* WORK ITEM
Your task is to gather the lines below that hold the string "IFCLOCALPLACEMENT".

Data items
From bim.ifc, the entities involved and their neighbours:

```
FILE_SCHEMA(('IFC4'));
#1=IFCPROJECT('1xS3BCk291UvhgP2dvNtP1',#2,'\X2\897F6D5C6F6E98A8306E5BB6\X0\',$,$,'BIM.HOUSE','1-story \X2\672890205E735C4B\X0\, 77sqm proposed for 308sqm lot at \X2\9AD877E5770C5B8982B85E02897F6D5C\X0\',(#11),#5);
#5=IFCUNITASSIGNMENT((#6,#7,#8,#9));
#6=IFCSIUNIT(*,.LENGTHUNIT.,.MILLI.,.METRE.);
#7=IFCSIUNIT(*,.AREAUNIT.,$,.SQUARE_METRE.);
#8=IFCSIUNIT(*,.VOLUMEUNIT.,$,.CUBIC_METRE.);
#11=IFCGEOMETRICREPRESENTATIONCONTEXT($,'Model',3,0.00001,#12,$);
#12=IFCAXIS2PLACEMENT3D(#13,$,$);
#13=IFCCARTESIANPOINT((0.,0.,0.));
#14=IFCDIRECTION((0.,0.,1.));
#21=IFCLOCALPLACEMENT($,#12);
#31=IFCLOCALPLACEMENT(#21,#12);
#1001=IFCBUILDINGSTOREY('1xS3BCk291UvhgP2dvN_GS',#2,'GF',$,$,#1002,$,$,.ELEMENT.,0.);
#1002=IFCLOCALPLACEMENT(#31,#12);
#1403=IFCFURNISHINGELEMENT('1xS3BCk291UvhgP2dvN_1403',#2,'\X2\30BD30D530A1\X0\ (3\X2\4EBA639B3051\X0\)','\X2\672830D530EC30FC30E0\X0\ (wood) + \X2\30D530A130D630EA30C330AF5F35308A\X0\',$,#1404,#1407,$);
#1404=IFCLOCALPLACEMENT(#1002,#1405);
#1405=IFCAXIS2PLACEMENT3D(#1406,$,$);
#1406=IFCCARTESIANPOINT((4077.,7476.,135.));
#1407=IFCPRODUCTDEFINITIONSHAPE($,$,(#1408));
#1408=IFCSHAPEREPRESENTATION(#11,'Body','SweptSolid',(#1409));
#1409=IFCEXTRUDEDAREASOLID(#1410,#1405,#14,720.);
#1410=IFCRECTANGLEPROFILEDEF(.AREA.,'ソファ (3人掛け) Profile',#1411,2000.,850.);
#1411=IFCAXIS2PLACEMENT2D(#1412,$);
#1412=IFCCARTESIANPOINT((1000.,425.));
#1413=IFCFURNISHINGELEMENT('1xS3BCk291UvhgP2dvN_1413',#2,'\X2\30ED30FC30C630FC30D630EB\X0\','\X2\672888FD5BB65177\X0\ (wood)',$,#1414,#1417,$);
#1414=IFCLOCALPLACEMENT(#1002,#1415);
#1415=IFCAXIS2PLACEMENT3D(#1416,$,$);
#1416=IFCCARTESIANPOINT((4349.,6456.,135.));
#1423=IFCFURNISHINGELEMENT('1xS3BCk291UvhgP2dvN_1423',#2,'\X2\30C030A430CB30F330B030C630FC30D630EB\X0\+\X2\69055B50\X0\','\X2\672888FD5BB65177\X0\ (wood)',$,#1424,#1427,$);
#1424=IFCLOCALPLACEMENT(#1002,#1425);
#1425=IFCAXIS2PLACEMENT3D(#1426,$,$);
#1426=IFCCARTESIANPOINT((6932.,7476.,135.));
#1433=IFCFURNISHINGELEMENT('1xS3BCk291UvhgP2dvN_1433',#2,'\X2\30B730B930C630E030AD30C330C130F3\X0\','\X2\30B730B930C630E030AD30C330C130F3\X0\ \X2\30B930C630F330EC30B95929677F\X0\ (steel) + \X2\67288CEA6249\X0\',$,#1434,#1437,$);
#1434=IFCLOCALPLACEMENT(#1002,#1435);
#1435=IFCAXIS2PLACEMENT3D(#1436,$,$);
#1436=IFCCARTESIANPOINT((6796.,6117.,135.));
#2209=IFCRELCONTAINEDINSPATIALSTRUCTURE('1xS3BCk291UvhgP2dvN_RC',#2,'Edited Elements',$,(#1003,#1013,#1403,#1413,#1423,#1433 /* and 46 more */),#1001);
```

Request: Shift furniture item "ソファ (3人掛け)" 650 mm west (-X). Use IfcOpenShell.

```python
import ifcopenshell
import ifcopenshell.api.geometry
import ifcopenshell.util.placement
import ifcopenshell.util.unit

model = ifcopenshell.open("bim.ifc")
unit_scale = ifcopenshell.util.unit.calculate_unit_scale(model)

item = model.by_id(1403)
matrix = ifcopenshell.util.placement.get_local_placement(item.ObjectPlacement)
matrix[0, 3] -= 0.65 / unit_scale
ifcopenshell.api.geometry.edit_object_placement(model, product=item, matrix=matrix, is_si=False)

print(ifcopenshell.util.placement.get_local_placement(item.ObjectPlacement).round(3) + 0.0)

model.write("bim_rev.ifc")
```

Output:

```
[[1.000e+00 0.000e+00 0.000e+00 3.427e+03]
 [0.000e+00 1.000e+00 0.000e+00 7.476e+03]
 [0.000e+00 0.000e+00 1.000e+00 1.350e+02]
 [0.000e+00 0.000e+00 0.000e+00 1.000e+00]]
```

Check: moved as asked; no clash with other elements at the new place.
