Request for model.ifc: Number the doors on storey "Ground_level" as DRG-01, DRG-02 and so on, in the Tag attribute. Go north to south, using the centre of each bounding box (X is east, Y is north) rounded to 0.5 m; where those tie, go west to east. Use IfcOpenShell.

First a look at what the model holds.

```python
import ifcopenshell
import ifcopenshell.util.element
import ifcopenshell.util.placement

model = ifcopenshell.open("model.ifc")
print(model.schema)
storey = next(s for s in model.by_type("IfcBuildingStorey") if s.Name == "Ground_level")
doors = [e for e in ifcopenshell.util.element.get_decomposition(storey) if e.is_a("IfcDoor")]
for e in sorted(doors, key=lambda e: e.id()):
    origin = ifcopenshell.util.placement.get_local_placement(e.ObjectPlacement)[:3, 3]
    print(e.id(), e.Tag, e.Name, origin.round(2) + 0.0, sep=" | ")
```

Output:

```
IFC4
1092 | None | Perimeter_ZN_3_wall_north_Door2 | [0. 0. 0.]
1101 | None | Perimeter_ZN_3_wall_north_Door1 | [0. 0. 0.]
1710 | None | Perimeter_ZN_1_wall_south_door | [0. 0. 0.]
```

```python
import ifcopenshell
import ifcopenshell.geom
import ifcopenshell.util.element
import ifcopenshell.util.shape

model = ifcopenshell.open("model.ifc")
settings = ifcopenshell.geom.settings()
settings.set("use-world-coords", True)


def centre(element):
    shape = ifcopenshell.geom.create_shape(settings, element)
    return ifcopenshell.util.shape.get_bbox_centroid(shape.geometry)


storey = next(s for s in model.by_type("IfcBuildingStorey") if s.Name == "Ground_level")
doors = [e for e in ifcopenshell.util.element.get_decomposition(storey) if e.is_a("IfcDoor")]

# Insertion points can sit at a corner or the storey origin, so sort by the geometry (in metres).
centres = {e: centre(e) for e in doors}
doors.sort(key=lambda e: (-round(centres[e][1] / 0.5), centres[e][0]))

for i, e in enumerate(doors, start=1):
    number = f"DRG-{i:02d}"
    e.Tag = number
    print(e.id(), number)

model.write("model_updated.ifc")
```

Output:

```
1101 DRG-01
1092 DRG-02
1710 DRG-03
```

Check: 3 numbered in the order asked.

* RESPONSE TO THE EXERCISE
#21=IFCLOCALPLACEMENT($,#12);
#31=IFCLOCALPLACEMENT(#21,#12);
#1002=IFCLOCALPLACEMENT(#31,#12);
#1404=IFCLOCALPLACEMENT(#1002,#1405);
#1414=IFCLOCALPLACEMENT(#1002,#1415);
#1424=IFCLOCALPLACEMENT(#1002,#1425);
#1434=IFCLOCALPLACEMENT(#1002,#1435);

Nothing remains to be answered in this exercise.